While my early rising doesn’t guarantee that I am polished enough to shine, I get some of my best contemplation done between four and seven a.m.
Since the Significant One needed to be at the airport by three-forty-five to be on time for a five-fifteen from here to there, I decided to grab a cup of Brazillian bean juice and turn my bow northward. Recruited to be an in-house sitter for a few days, I was destined to present myself at the G’daughter’s house by zero-seven hundred hours, right when mom and dad shoved off for work purposes.
The all-night fluorescent-lit gas emporium drew me in like a moth to a flame, and I topped off the tank, scrubbed the windshield with dirtier water than the glass it cleaned, and turned the heated seat to bun warming status.
SiriusXM provided tunes, and The Bridge played songs I had all but forgotten.
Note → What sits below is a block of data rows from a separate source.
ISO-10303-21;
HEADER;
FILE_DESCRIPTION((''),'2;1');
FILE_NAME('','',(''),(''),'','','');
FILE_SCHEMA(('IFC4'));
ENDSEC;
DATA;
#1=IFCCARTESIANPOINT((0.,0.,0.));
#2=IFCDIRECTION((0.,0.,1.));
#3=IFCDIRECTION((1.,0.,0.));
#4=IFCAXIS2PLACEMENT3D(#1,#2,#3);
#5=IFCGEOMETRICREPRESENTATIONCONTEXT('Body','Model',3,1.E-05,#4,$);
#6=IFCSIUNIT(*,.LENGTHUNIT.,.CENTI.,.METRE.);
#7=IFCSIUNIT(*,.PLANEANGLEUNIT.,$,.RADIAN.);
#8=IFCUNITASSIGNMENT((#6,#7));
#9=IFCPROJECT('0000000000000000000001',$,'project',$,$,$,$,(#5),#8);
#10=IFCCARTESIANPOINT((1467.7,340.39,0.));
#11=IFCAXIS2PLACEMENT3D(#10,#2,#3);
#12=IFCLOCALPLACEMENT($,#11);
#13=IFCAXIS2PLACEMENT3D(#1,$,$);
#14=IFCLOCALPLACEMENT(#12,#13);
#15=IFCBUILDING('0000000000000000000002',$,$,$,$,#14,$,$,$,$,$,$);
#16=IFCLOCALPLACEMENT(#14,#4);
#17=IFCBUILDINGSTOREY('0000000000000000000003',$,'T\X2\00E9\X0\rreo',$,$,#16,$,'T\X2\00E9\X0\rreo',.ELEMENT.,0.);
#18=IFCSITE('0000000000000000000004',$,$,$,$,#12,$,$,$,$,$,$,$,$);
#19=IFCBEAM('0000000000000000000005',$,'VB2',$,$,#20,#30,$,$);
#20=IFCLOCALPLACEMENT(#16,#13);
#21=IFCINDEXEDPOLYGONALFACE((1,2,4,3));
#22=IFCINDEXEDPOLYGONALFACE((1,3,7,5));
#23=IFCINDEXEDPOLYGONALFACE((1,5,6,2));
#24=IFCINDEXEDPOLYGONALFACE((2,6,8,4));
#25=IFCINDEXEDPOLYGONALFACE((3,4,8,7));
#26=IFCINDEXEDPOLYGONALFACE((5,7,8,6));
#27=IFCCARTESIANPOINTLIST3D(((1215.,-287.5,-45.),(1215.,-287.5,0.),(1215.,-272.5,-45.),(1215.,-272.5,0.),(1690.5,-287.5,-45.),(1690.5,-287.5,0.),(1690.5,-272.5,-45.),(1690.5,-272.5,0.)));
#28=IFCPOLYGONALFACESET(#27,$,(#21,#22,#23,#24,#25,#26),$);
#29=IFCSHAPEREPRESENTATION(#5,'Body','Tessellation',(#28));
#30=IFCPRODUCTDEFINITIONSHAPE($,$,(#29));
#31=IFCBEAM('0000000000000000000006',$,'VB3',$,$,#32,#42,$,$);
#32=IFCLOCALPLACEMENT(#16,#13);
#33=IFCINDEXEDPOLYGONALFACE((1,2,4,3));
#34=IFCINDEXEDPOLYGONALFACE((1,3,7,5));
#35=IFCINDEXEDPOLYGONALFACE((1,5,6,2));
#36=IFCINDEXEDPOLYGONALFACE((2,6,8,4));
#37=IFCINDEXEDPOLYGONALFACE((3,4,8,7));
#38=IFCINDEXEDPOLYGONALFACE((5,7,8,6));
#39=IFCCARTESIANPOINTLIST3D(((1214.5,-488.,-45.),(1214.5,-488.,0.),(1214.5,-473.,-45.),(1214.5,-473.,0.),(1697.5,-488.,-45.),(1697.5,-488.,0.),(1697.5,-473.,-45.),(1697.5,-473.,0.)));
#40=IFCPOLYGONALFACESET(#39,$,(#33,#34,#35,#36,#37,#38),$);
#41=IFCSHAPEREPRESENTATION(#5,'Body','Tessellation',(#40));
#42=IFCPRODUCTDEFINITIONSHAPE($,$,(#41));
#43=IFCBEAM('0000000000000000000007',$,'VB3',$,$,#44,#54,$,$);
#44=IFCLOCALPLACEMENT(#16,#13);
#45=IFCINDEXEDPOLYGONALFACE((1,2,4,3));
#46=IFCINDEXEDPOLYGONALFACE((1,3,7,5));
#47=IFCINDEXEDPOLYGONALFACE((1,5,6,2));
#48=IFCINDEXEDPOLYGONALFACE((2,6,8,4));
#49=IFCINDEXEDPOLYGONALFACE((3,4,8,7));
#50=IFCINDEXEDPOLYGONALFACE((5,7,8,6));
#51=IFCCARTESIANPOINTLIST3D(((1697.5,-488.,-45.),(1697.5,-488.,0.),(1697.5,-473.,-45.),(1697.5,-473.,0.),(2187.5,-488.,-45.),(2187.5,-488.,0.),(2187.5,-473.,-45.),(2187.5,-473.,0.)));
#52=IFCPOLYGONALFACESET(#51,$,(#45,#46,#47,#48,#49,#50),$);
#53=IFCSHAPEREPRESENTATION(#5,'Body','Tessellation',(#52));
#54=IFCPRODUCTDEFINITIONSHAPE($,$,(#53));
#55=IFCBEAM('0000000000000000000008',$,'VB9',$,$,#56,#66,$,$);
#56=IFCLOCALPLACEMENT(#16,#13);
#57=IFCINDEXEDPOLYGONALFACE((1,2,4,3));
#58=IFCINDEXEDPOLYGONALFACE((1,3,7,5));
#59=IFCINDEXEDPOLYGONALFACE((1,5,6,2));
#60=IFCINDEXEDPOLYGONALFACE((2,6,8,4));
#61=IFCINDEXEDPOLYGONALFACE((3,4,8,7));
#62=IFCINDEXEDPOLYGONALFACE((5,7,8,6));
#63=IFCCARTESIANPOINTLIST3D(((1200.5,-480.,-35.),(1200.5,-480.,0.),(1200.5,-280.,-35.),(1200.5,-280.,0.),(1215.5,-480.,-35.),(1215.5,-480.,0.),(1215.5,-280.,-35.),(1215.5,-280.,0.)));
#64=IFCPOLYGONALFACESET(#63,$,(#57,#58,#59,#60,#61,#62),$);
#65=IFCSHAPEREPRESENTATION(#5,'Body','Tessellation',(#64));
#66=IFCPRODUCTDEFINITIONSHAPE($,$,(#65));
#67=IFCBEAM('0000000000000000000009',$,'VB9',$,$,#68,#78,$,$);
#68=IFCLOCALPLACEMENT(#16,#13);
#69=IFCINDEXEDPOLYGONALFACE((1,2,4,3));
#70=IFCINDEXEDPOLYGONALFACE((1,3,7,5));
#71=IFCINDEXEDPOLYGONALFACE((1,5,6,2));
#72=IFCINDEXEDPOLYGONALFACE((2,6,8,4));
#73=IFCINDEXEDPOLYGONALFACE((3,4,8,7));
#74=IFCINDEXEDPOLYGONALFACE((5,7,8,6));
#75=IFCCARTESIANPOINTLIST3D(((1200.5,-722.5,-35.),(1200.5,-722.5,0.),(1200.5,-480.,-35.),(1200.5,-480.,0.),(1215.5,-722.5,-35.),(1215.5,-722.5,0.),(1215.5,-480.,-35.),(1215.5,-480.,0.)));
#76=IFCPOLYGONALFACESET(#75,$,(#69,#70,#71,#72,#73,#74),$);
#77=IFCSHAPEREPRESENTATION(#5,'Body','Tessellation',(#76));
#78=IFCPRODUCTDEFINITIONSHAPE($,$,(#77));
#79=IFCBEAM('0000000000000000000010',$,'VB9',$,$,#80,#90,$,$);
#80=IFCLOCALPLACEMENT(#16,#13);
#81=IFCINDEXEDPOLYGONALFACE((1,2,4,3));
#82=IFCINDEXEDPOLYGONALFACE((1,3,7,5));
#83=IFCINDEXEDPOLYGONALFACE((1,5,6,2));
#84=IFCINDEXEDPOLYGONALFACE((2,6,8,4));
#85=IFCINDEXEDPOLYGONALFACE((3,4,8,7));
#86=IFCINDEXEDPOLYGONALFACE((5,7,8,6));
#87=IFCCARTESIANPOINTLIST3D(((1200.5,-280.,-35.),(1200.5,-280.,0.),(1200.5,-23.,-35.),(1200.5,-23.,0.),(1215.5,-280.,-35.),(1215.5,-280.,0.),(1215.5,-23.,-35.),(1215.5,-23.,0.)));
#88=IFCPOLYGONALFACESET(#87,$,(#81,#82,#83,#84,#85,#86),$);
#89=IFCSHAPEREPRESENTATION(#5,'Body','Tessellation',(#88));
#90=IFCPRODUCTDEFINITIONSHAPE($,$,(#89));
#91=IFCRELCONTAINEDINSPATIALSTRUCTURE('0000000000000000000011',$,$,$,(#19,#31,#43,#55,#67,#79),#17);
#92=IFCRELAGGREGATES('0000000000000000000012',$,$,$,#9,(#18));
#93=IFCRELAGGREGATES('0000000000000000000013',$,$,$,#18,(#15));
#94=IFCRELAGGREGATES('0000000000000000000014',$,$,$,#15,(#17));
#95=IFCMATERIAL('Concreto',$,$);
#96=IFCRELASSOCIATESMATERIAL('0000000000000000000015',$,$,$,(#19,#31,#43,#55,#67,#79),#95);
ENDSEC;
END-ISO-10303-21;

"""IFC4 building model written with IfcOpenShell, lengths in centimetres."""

from ifc_helpers import new_model, si_unit, frame, origin, origin_with_axes, origin_2d_with_axis, place, context, project, spatial, rectangle, extrude, material, element, save


model = new_model("IFC4")

# Units and contexts
model_context = context("Model", 3, precision=1e-05, world=origin_with_axes(), identifier="Body")
ifc_project = project(units=[si_unit("LENGTHUNIT", "METRE", prefix="CENTI"), si_unit("PLANEANGLEUNIT", "RADIAN")], contexts=[model_context])

# Site, building, storey
site_placement = place(None, frame((1467.7, 340.39, 0.0), z_axis=(0.0, 0.0, 1.0), x_axis=(1.0, 0.0, 0.0)))
site = spatial("IfcSite", under=ifc_project, at=site_placement)
building_placement = place(site_placement, origin())
building = spatial("IfcBuilding", under=site, at=building_placement)
storey_placement = place(building_placement, origin_with_axes())
storey = spatial("IfcBuildingStorey", under=building, at=storey_placement, Name="Térreo", LongName="Térreo", CompositionType="ELEMENT", Elevation=0.0)

# Shared definitions
ifc_material = material(Name="Concreto")

# Beams
beam_1_placement = place(storey_placement, frame((1452.75, -280.0, 0.0), z_axis=(0.0, 0.0, 1.0), x_axis=(1.0, 0.0, 0.0)))
element("IfcBeam", 1, at=beam_1_placement, inside=storey, material=ifc_material, Name="VB2", context=model_context, shape_type="SolidModel", body=[
    extrude(rectangle(XDim=15.0, YDim=45.0, at=origin_2d_with_axis()), frame((-237.75, 0.0, -22.5), z_axis=(1.0, 0.0, 0.0), x_axis=(0.0, 1.0, 0.0)), (0.0, 0.0, 1.0), 475.5),
])
beam_2_placement = place(storey_placement, frame((1456.0, -480.5, 0.0), z_axis=(0.0, 0.0, 1.0), x_axis=(1.0, 0.0, 0.0)))
element("IfcBeam", 2, at=beam_2_placement, inside=storey, material=ifc_material, Name="VB3", context=model_context, shape_type="SolidModel", body=[
    extrude(rectangle(XDim=15.0, YDim=45.0, at=origin_2d_with_axis()), frame((-241.5, 0.0, -22.5), z_axis=(1.0, 0.0, 0.0), x_axis=(0.0, 1.0, 0.0)), (0.0, 0.0, 1.0), 483.0),
])
beam_3_placement = place(storey_placement, frame((1942.5, -480.5, 0.0), z_axis=(0.0, 0.0, 1.0), x_axis=(1.0, 0.0, 0.0)))
element("IfcBeam", 3, at=beam_3_placement, inside=storey, material=ifc_material, Name="VB3", context=model_context, shape_type="SolidModel", body=[
    extrude(rectangle(XDim=15.0, YDim=45.0, at=origin_2d_with_axis()), frame((-245.0, 0.0, -22.5), z_axis=(1.0, 0.0, 0.0), x_axis=(0.0, 1.0, 0.0)), (0.0, 0.0, 1.0), 490.0),
])
beam_4_placement = place(storey_placement, frame((1208.0, -380.0, 0.0), z_axis=(0.0, 0.0, 1.0), x_axis=(1.0, 0.0, 0.0)))
element("IfcBeam", 4, at=beam_4_placement, inside=storey, material=ifc_material, Name="VB9", context=model_context, shape_type="SolidModel", body=[
    extrude(rectangle(XDim=15.0, YDim=35.0, at=origin_2d_with_axis()), frame((0.0, -100.0, -17.5), z_axis=(0.0, 1.0, 0.0), x_axis=(1.0, 0.0, 0.0)), (0.0, 0.0, 1.0), 200.0),
])
beam_5_placement = place(storey_placement, frame((1208.0, -601.25, 0.0), z_axis=(0.0, 0.0, 1.0), x_axis=(1.0, 0.0, 0.0)))
element("IfcBeam", 5, at=beam_5_placement, inside=storey, material=ifc_material, Name="VB9", context=model_context, shape_type="SolidModel", body=[
    extrude(rectangle(XDim=15.0, YDim=35.0, at=origin_2d_with_axis()), frame((0.0, -121.25, -17.5), z_axis=(0.0, 1.0, 0.0), x_axis=(1.0, 0.0, 0.0)), (0.0, 0.0, 1.0), 242.5),
])
beam_6_placement = place(storey_placement, frame((1208.0, -151.5, 0.0), z_axis=(0.0, 0.0, 1.0), x_axis=(1.0, 0.0, 0.0)))
element("IfcBeam", 6, at=beam_6_placement, inside=storey, material=ifc_material, Name="VB9", context=model_context, shape_type="SolidModel", body=[
    extrude(rectangle(XDim=15.0, YDim=35.0, at=origin_2d_with_axis()), frame((0.0, -128.5, -17.5), z_axis=(0.0, 1.0, 0.0), x_axis=(1.0, 0.0, 0.0)), (0.0, 0.0, 1.0), 257.0),
])

save(model, "model.ifc")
As I passed a hotel, I commented—to no one else—that the backlit neon sign featuring the available room accouterments listed everything you need and nothing you don’t.
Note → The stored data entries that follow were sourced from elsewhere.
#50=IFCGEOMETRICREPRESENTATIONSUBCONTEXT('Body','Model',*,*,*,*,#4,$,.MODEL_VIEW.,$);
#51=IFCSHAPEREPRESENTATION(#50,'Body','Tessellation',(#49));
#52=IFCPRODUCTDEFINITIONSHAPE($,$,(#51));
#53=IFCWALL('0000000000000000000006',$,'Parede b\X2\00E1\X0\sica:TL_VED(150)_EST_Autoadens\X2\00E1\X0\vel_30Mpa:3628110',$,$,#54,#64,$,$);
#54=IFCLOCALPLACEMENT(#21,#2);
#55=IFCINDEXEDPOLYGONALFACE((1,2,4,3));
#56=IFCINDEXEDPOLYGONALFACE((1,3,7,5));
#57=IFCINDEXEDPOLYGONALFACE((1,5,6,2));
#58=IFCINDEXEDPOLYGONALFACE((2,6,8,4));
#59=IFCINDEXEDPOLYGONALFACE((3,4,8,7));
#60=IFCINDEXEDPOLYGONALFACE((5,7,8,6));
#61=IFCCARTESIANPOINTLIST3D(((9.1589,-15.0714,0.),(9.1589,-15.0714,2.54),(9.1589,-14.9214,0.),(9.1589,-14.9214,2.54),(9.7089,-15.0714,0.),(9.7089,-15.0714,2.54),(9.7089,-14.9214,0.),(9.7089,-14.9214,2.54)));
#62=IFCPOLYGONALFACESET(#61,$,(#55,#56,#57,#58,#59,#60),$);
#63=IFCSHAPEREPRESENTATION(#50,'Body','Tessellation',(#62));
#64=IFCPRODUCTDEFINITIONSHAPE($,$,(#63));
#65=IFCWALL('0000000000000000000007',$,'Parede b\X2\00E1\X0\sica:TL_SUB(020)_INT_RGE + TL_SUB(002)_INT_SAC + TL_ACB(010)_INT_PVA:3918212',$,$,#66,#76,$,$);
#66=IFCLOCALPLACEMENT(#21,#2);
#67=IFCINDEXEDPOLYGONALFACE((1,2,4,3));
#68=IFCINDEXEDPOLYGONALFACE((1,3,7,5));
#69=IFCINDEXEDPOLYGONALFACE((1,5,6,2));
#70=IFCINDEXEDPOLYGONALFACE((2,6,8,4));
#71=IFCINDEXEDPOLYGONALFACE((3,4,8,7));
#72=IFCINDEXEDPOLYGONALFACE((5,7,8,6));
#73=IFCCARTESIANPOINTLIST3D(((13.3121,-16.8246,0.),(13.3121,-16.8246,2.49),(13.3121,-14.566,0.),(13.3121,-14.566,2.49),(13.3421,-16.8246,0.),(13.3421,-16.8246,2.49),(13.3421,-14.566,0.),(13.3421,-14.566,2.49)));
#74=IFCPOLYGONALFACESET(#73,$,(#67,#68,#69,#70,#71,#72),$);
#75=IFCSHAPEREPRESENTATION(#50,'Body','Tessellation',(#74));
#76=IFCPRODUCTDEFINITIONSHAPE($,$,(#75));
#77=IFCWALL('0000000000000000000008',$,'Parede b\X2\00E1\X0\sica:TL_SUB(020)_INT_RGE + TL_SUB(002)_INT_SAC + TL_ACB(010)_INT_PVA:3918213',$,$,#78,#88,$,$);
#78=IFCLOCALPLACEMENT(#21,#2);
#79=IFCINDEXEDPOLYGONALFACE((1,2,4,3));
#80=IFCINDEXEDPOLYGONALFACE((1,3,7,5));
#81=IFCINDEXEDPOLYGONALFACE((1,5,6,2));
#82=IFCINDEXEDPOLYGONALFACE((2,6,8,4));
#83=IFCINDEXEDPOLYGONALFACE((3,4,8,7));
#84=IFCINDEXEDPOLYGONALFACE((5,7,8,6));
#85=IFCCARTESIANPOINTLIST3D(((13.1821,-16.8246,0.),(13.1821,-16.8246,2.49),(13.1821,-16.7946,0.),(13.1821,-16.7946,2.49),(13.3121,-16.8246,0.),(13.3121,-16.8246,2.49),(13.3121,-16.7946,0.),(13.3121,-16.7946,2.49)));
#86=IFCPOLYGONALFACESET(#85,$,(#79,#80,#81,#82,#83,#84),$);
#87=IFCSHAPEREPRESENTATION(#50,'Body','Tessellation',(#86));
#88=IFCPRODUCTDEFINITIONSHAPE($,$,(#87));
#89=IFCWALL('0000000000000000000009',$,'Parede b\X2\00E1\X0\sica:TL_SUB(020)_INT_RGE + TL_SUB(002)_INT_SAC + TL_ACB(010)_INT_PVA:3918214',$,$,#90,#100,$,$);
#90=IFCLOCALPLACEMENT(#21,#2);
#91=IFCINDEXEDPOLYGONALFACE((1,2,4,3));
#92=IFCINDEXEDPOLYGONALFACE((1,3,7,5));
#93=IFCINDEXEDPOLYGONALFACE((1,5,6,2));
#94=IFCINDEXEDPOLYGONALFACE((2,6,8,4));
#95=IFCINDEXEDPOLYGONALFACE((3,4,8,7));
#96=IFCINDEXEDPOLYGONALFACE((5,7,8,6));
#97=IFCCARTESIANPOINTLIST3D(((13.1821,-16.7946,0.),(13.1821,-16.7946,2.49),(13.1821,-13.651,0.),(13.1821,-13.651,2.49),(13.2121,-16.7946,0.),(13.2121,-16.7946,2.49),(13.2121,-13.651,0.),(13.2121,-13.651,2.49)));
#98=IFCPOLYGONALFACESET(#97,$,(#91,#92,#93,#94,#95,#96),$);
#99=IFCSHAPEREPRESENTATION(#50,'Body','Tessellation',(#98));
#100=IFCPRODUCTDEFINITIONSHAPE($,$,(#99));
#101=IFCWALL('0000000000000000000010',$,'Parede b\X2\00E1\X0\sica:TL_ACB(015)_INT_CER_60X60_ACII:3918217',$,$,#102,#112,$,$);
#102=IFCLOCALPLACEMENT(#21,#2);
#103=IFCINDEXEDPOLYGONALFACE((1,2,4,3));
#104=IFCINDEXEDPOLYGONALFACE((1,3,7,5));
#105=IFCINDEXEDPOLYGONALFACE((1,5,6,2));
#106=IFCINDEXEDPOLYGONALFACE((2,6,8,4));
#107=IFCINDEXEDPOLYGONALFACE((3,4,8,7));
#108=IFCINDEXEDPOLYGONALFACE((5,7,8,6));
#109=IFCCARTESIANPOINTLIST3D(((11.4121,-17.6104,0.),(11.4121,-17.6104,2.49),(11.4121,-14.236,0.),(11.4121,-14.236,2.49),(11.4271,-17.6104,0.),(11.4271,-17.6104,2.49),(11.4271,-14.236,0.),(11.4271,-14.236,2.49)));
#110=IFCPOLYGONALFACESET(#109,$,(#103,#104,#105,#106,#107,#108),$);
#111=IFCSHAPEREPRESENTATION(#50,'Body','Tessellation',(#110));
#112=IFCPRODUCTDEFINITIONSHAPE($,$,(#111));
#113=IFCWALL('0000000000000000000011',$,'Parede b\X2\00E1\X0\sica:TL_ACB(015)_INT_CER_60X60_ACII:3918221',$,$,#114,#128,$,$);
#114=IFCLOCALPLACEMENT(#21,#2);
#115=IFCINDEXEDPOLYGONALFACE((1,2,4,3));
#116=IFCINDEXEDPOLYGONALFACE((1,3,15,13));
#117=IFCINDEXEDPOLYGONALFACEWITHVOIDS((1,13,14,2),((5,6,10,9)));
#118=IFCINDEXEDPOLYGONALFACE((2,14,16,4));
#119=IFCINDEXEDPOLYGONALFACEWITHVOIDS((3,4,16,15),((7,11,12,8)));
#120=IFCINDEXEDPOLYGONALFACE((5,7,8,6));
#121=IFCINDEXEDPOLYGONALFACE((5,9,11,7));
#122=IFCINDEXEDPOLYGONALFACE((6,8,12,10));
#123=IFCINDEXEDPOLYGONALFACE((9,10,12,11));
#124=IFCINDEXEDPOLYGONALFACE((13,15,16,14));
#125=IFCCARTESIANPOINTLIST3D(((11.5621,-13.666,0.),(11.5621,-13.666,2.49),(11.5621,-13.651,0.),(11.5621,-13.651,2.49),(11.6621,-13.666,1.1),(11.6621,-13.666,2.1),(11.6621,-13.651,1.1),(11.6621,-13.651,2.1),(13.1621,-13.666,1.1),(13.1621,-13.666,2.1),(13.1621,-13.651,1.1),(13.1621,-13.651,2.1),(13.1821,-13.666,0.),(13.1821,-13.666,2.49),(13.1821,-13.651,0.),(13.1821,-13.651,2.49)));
Fridge, Coffeemaker, Microwave.
If only life were that easy. I argued with the presenter that it was that easy. The other half of me nodded my head in agreement. The argument was over.
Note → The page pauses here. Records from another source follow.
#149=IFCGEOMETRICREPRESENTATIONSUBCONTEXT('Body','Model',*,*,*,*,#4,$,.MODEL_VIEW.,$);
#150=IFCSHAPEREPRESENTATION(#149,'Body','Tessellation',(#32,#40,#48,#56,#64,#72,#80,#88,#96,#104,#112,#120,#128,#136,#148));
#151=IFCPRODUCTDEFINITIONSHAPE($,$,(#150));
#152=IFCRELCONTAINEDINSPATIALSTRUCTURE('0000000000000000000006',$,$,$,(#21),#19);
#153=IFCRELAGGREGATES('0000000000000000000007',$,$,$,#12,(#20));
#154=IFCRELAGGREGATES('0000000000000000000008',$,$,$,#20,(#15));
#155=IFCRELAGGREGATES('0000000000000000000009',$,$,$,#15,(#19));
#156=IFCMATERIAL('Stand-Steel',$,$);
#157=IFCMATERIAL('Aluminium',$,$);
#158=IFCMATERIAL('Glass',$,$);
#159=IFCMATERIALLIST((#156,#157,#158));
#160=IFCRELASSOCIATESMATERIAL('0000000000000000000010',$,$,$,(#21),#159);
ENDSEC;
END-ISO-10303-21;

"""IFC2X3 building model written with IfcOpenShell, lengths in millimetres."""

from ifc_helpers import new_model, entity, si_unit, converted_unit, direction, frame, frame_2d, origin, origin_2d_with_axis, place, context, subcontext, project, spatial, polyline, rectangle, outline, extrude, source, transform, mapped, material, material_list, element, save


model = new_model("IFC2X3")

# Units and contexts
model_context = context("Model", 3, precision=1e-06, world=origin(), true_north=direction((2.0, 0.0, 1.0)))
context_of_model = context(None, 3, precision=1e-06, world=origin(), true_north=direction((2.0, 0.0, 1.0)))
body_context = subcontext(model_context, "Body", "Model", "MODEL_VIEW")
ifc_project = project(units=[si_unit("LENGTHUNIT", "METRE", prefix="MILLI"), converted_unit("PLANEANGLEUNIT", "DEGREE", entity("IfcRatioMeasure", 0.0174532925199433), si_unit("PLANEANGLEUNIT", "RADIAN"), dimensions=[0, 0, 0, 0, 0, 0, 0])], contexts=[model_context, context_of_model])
The consensus was that those three essential items were exactly triple what travelers could expect to get less than fifty years ago. Now, mind you, this hotel is known for something other than luxurious extras. It’s a basic place set up for one or two-nighters, not weeklong stays.
There was no mention of free wi-fi, a breakfast buffet, a coffee bar, or foot massages for the weary wanderer. But I summarized in my mind that a traveler would have been lucky to get just one out of three of those brightly back-lit black-lettered benefits just a few years ago.
The place was almost empty, or at least the parking lot was. Maybe it wasn’t enough, or it could have been a slow night for travel.
If there had been anyone else in the car, confusion might have overtaken them if I had spoken any of this out loud. But it was just Ellie and me, and I understood. She didn’t care.
I wish I could tell you why I mulled all of this repeatedly in my mind for over an hour, but I couldn’t put my finger on it.
As the sun crept up to my right, I switched to Bloomberg news and caught up on business information that meant nothing to me. Surfing multiple news options, I came across an interview with a few Ukrainians living in the basement of a bombed-out building. There was no electricity, but they had a fire. There was no breakfast buffet, but they had bean soup. One lady was making bread. None of this was visible to me, but the reporter described the scene well.
I come from a place where words mean much more than photos or videos. I don’t have TikTok, and I don’t intend to get it. I let my mind make the pictures; sometimes, it’s far more accurate than the garbage that pummels me with high-resolution images daily.
Those interviewed presented themselves as damn lucky to be alive, and they had exactly zero of the three luxuries used to beckon weary travelers to that non-luxury hotel. For most of us, including myself, those luxuries would not be enough to draw us in; there were undoubtedly better options just a few more miles down the road.
But what if there weren’t?
The reason is that only when you have nothing do you appreciate so little, like a piece of bread, soup with beans, and the warmth of a small fire.
Can you imagine if the group— barely surviving in that rubble— saw a sign as I had seen? Imagine their joyous celebration.
Fridge, Coffeemaker, Microwave; we are kings, and it’s still insufficient.